People innately resist change to the status quo. Understanding and addressing functional and psychological barriers is critical to successful development and implementation of new technologies.

Humans like to think of ourselves as rational beings, making decisions by sifting sources and ultimately choosing the relevant information. However, social scientists like Herbert A. Simon have suggested that individuals have a level of bounded rationality, as the volume of alternatives one must identify is so large that the ability to make a genuine rational estimation is near impossible.

With the rise of Big Data, organisations have embraced the adoption of artificial intelligence (AI), changing the way we make decisions in the workplace. AI systems are infinitely more capable of scanning sources to learn by themselves, consequently becoming more rational – or in the words of Dirk Lindebaum, AI systems can become “supercarriers of formal rationality”. However, many of us have an innate aversion to this technology, this is widely known as Algorithmic Aversion.

Why does Algorithmic Aversion matter?

Algorithmic aversion – a type of innovation resistance – is a type of cognitive bias that refers to our tendency to avoid using algorithms or automated processes that can identify, interpret and learn from data to suggest decisions or answers to a problem. This tendency to resist innovation has, and will have, a huge global cost, limiting development and growth worldwide. A wide range of empirical research has been conducted to suggest why most humans have at least an element of Algorithmic Aversion.

Causes of Algorithmic Aversion:

This research splits algorithmic aversion into two groups. Firstly, functional barriers occur when a user perceives any significant change due to the adoption of innovation, such as AI. Secondly, psychological barriers, when the adoption of innovation is perceived as a conflict with their prior beliefs.

1.  Functional barriers:

Usage barrier – regarded as the most common cause of innovation resistance, this occurs when users perceive innovation as a divergence from the status quo. In the context of Algorithmic Aversion, this is where AI implementation creates a radical change within existing workplace practices. This impact is compounded if users view the innovation as one with unnecessary complexity and decreased ease of use.

Risk barrier – this barrier suggests that the higher the perceived risk of innovation, the more averse individuals will be to its adoption. Previous research suggests that organisations abandon even the best possible AI solutions if the environment it is applied in is deemed too risky or volatile.

2.  Psychological barriers:

Tradition barrier – this arises when innovation implementation requires change to an individual’s behaviours rather than their practices. If the implementation of AI within an organisation requires significant behaviour change (i.e. a change in the status quo), then the likelihood of aversion increases,

Image barrier – images are mental impressions left on the minds of others from entities in our physical world. These images are used when humans evaluate newly implemented technology. If users are left with negative images from new technology, such as AI, they are more likely to be algorithmically averse to it.

Developing technology that users embrace – how to avoid Algorithmic Aversion:

To avoid users becoming Algorithmically Averse to AI, we must focus on developing technologies that work with the users, rather than instead of them. At AutogenAI, we have developed cutting-edge natural language processing solutions to save organisations time in the production of bids while increasing their quality.

Our language engine helps bid writers create first drafts in a few clicks. Getting rid of the heavy lifting of structuring responses, allows writers to spend more time injecting creativity into the response, so they can add maximum value to each bid.
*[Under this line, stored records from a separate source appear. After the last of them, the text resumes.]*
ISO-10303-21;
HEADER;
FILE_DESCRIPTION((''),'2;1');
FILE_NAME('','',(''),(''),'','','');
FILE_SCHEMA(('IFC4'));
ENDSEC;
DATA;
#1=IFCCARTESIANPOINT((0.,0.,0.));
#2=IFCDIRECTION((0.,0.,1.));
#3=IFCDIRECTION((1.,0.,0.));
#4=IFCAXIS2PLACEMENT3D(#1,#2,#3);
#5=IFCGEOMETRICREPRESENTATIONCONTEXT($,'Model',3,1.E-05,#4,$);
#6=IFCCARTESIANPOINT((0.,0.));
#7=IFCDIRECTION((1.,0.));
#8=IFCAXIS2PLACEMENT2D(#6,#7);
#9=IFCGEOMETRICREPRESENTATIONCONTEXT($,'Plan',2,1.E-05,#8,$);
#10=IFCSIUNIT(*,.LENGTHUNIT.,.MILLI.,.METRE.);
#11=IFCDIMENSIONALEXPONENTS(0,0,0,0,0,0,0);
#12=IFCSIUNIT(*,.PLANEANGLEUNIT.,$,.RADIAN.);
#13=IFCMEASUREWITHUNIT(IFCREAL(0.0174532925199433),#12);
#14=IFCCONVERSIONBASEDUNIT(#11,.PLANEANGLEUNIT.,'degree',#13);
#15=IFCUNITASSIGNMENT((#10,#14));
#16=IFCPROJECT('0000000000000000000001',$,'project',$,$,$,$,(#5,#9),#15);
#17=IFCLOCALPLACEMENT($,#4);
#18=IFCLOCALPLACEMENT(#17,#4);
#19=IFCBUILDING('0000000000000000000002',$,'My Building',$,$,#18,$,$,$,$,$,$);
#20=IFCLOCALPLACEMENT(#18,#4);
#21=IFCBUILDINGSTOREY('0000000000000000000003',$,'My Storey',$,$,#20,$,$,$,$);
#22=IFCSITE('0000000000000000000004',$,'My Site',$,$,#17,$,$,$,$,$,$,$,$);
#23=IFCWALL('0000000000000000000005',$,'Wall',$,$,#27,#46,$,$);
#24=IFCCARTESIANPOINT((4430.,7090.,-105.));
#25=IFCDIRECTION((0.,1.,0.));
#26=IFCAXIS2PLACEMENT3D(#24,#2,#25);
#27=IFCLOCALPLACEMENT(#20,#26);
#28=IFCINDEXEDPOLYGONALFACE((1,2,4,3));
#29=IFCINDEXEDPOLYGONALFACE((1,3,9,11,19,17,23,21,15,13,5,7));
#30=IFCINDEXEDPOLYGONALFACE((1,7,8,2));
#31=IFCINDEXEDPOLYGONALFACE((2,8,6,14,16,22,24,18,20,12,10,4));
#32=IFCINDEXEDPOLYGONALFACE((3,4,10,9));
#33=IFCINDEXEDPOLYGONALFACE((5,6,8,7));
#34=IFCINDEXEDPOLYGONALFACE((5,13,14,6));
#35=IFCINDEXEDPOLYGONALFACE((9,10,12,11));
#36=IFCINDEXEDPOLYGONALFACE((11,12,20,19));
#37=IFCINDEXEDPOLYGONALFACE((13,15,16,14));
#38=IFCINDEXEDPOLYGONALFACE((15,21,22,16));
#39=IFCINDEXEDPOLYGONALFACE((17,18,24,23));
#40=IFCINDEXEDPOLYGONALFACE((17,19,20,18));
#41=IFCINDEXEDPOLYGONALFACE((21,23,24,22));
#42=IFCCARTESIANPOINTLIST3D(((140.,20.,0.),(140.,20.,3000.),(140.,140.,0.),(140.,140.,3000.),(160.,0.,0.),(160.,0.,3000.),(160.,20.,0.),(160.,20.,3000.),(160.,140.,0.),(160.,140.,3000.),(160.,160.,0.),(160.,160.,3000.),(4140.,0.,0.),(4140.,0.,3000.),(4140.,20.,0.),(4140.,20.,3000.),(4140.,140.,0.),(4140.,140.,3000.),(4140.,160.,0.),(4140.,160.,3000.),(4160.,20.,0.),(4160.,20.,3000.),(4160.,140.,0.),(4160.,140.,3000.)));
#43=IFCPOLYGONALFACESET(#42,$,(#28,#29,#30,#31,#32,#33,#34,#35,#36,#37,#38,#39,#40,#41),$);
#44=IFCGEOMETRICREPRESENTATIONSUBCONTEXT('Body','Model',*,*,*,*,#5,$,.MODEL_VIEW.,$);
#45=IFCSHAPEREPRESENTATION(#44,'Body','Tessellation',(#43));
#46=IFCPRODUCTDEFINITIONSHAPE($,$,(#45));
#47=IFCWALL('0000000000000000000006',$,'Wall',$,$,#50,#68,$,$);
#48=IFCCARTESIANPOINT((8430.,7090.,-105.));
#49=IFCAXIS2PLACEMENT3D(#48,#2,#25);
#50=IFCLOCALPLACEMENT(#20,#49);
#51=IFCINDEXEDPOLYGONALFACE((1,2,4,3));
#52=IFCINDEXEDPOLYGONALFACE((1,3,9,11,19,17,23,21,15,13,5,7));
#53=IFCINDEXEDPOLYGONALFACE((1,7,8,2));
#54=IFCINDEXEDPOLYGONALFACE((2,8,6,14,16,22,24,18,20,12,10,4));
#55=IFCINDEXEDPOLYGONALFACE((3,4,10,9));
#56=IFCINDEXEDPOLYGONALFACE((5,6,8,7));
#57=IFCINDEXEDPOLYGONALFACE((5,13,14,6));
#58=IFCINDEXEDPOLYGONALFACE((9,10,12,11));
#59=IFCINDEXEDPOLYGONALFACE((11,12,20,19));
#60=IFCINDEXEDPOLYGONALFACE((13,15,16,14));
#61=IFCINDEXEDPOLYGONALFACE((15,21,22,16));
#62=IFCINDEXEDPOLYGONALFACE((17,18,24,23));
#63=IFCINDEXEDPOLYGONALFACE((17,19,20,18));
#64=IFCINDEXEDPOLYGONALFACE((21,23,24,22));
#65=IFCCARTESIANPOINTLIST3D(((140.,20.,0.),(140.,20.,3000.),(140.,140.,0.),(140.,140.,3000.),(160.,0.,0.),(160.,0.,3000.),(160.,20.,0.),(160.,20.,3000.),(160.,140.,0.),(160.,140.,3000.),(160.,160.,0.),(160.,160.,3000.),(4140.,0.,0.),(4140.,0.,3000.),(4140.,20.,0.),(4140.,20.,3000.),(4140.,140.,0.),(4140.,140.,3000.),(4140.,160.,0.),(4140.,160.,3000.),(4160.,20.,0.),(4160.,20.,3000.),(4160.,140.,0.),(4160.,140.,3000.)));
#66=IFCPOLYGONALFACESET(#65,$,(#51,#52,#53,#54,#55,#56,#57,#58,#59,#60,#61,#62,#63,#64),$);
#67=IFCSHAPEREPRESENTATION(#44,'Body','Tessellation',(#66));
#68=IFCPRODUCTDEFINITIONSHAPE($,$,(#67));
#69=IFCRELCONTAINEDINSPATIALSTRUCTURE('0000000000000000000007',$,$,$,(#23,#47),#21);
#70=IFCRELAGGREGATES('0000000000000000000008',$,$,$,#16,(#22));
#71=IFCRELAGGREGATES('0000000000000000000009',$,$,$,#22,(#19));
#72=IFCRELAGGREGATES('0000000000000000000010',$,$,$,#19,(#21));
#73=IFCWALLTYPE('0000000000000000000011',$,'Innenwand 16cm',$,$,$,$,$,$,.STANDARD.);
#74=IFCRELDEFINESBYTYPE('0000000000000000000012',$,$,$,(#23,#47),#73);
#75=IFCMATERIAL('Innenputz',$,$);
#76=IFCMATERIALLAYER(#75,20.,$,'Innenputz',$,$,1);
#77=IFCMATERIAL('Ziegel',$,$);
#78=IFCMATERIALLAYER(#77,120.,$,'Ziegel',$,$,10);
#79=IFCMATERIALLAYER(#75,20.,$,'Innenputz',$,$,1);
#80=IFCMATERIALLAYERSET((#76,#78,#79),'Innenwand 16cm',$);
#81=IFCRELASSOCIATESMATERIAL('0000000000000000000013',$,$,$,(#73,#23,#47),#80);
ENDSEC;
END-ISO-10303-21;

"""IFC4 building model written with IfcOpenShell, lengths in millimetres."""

from ifc_helpers import new_model, entity, si_unit, converted_unit, frame, origin_with_axes, origin_2d_with_axis, place, context, subcontext, project, spatial, line, indexed_curve, outline, extrude, material, layer, layer_set, layer_usage, type_object, element, save


model = new_model("IFC4")

# Units and contexts
model_context = context("Model", 3, precision=1e-05, world=origin_with_axes())
plan_context = context("Plan", 2, precision=1e-05, world=origin_2d_with_axis())
body_context = subcontext(model_context, "Body", "Model", "MODEL_VIEW")
ifc_project = project(units=[si_unit("LENGTHUNIT", "METRE", prefix="MILLI"), converted_unit("PLANEANGLEUNIT", "degree", entity("IfcReal", 0.0174532925199433), si_unit("PLANEANGLEUNIT", "RADIAN"), dimensions=[0, 0, 0, 0, 0, 0, 0])], contexts=[model_context, plan_context])

# Site, building, storey
site_placement = place(None, origin_with_axes())
site = spatial("IfcSite", under=ifc_project, at=site_placement, Name="My Site")
building_placement = place(site_placement, origin_with_axes())
building = spatial("IfcBuilding", under=site, at=building_placement, Name="My Building")
storey_placement = place(building_placement, origin_with_axes())
storey = spatial("IfcBuildingStorey", under=building, at=storey_placement, Name="My Storey")

# Walls
ifc_material_1 = material(Name="Innenputz")
ifc_material_2 = material(Name="Ziegel")
ifc_layer_1 = layer(ifc_material_1, 20.0, Name="Innenputz", Priority=1)
ifc_layer_2 = layer(ifc_material_2, 120.0, Name="Ziegel", Priority=10)
ifc_layer_3 = layer(ifc_material_1, 20.0, Name="Innenputz", Priority=1)
ifc_layer_set_1 = layer_set([ifc_layer_1, ifc_layer_2, ifc_layer_3], Name="Innenwand 16cm")
wall_type_1 = type_object("IfcWallType", Name="Innenwand 16cm", PredefinedType="STANDARD", material=ifc_layer_set_1)
ifc_layer_usage_1 = layer_usage(ifc_layer_set_1, "AXIS2", "POSITIVE", 0.0)
wall_1_placement = place(storey_placement, frame((4430.0, 7090.0, -105.0), z_axis=(0.0, 0.0, 1.0), x_axis=(0.0, 1.0, 0.0)))
element("IfcWall", 1, at=wall_1_placement, inside=storey, type_object=wall_type_1, material=ifc_layer_usage_1, Name="Wall", context=body_context, shape_type="SweptSolid", body=[
    extrude(outline(indexed_curve([(160.0, 0.0), (160.0, 20.0), (140.0, 20.0), (140.0, 140.0), (160.0, 140.0), (160.0, 160.0), (4140.0, 160.0), (4140.0, 140.0), (4160.0, 140.0), (4160.0, 20.0), (4140.0, 20.0), (4140.0, 0.0)], segments=[line(1, 2, 3, 4, 5, 6, 7, 8, 9, 10, 11, 12, 1)])), origin_with_axes(), (0.0, 0.0, 1.0), 3000.0),
])
ifc_layer_usage_2 = layer_usage(ifc_layer_set_1, "AXIS2", "POSITIVE", 0.0)
wall_2_placement = place(storey_placement, frame((8430.0, 7090.0, -105.0), z_axis=(0.0, 0.0, 1.0), x_axis=(0.0, 1.0, 0.0)))
element("IfcWall", 2, at=wall_2_placement, inside=storey, type_object=wall_type_1, material=ifc_layer_usage_2, Name="Wall", context=body_context, shape_type="SweptSolid", body=[
    extrude(outline(indexed_curve([(160.0, 0.0), (160.0, 20.0), (140.0, 20.0), (140.0, 140.0), (160.0, 140.0), (160.0, 160.0), (4140.0, 160.0), (4140.0, 140.0), (4160.0, 140.0), (4160.0, 20.0), (4140.0, 20.0), (4140.0, 0.0)], segments=[line(1, 2, 3, 4, 5, 6, 7, 8, 9, 10, 11, 12, 1)])), origin_with_axes(), (0.0, 0.0, 1.0), 3000.0),
])

save(model, "model.ifc")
This type of technology allows users to overcome functional and psychological barriers, as the practical and behaviour change needed is positive – less time in the drafting stage, more time to create a unique bid.
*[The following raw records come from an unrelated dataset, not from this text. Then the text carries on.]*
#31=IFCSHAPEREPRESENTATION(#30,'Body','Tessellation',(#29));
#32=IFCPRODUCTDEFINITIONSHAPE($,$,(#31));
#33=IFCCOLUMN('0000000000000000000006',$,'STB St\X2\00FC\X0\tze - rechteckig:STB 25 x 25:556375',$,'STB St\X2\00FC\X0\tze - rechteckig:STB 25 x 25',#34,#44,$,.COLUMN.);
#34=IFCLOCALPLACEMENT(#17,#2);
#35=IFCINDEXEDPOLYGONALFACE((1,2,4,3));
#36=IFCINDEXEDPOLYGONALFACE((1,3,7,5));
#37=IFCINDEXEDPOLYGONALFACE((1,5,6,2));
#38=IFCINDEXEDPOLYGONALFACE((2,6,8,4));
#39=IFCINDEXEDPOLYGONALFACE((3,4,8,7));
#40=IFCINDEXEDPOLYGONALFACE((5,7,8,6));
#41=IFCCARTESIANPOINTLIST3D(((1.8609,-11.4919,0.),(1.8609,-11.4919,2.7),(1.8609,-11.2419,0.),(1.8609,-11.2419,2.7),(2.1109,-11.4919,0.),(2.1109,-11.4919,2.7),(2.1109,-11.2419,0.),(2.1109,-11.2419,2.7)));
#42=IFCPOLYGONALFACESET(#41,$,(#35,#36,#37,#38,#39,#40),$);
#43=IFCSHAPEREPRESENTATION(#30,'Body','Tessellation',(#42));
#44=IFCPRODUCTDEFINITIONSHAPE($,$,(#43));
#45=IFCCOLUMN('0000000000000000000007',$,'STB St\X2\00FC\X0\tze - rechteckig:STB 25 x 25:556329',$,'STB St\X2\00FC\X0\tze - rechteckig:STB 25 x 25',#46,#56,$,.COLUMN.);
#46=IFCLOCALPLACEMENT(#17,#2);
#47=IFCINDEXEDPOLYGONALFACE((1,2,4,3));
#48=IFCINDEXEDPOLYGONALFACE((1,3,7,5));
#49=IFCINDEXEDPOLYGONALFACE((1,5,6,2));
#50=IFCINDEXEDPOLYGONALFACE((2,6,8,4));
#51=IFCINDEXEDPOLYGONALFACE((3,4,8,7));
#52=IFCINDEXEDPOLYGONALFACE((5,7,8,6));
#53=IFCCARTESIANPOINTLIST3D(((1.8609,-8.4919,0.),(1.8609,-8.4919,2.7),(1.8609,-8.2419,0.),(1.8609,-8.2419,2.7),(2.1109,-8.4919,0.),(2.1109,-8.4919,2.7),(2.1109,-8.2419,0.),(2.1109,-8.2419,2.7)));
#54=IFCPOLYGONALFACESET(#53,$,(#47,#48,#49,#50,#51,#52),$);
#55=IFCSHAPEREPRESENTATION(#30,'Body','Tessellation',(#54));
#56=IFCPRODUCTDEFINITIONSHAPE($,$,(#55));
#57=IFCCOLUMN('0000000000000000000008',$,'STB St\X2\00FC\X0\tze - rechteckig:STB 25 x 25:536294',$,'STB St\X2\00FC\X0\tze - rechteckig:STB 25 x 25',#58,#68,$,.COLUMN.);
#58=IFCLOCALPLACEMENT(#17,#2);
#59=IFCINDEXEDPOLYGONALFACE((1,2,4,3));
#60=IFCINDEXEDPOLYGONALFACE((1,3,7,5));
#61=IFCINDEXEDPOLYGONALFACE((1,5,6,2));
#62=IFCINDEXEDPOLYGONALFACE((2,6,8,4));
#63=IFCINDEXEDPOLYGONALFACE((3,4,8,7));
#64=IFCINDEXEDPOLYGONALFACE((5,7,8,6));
Our three-step transformational model ensures that users are involved from the first day. During our Discovery phase, we work with end users to identify their biggest challenges and reveal where language technology will make the biggest impact. In the Configuration stage, we then collate previous text like winning bids, annual reports and company website content, to train a unique model in an organisation’s voice and culture. Finally, in the Deployment stage, our Change Experts help deploy the bespoke unique language engine, working with users to continuously iterate the language engine. This process ensures that end users, i.e. Bid Writers, understand the value and (lack of) risk associated with this technology, to ensure their psychological needs are met.

Although some Bid Writers may initially fear this technology will replace their job, this three-step transformation model is used to demonstrate how this can elevate the work of Bid Writers – not replace them. The best accountants in the world know how to use excel – and we believe the best bid writers in the world should know how to use Genny.

Conclusion

All humans have innate barriers to changes in status quo, especially when it is perceived to potentially harm one’s job. Whilst these concerns may be valid for some artificial intelligence software, developing technology that users can embrace could be the future in regards to balancing the psychological needs of employees and the objective goals of an organisation.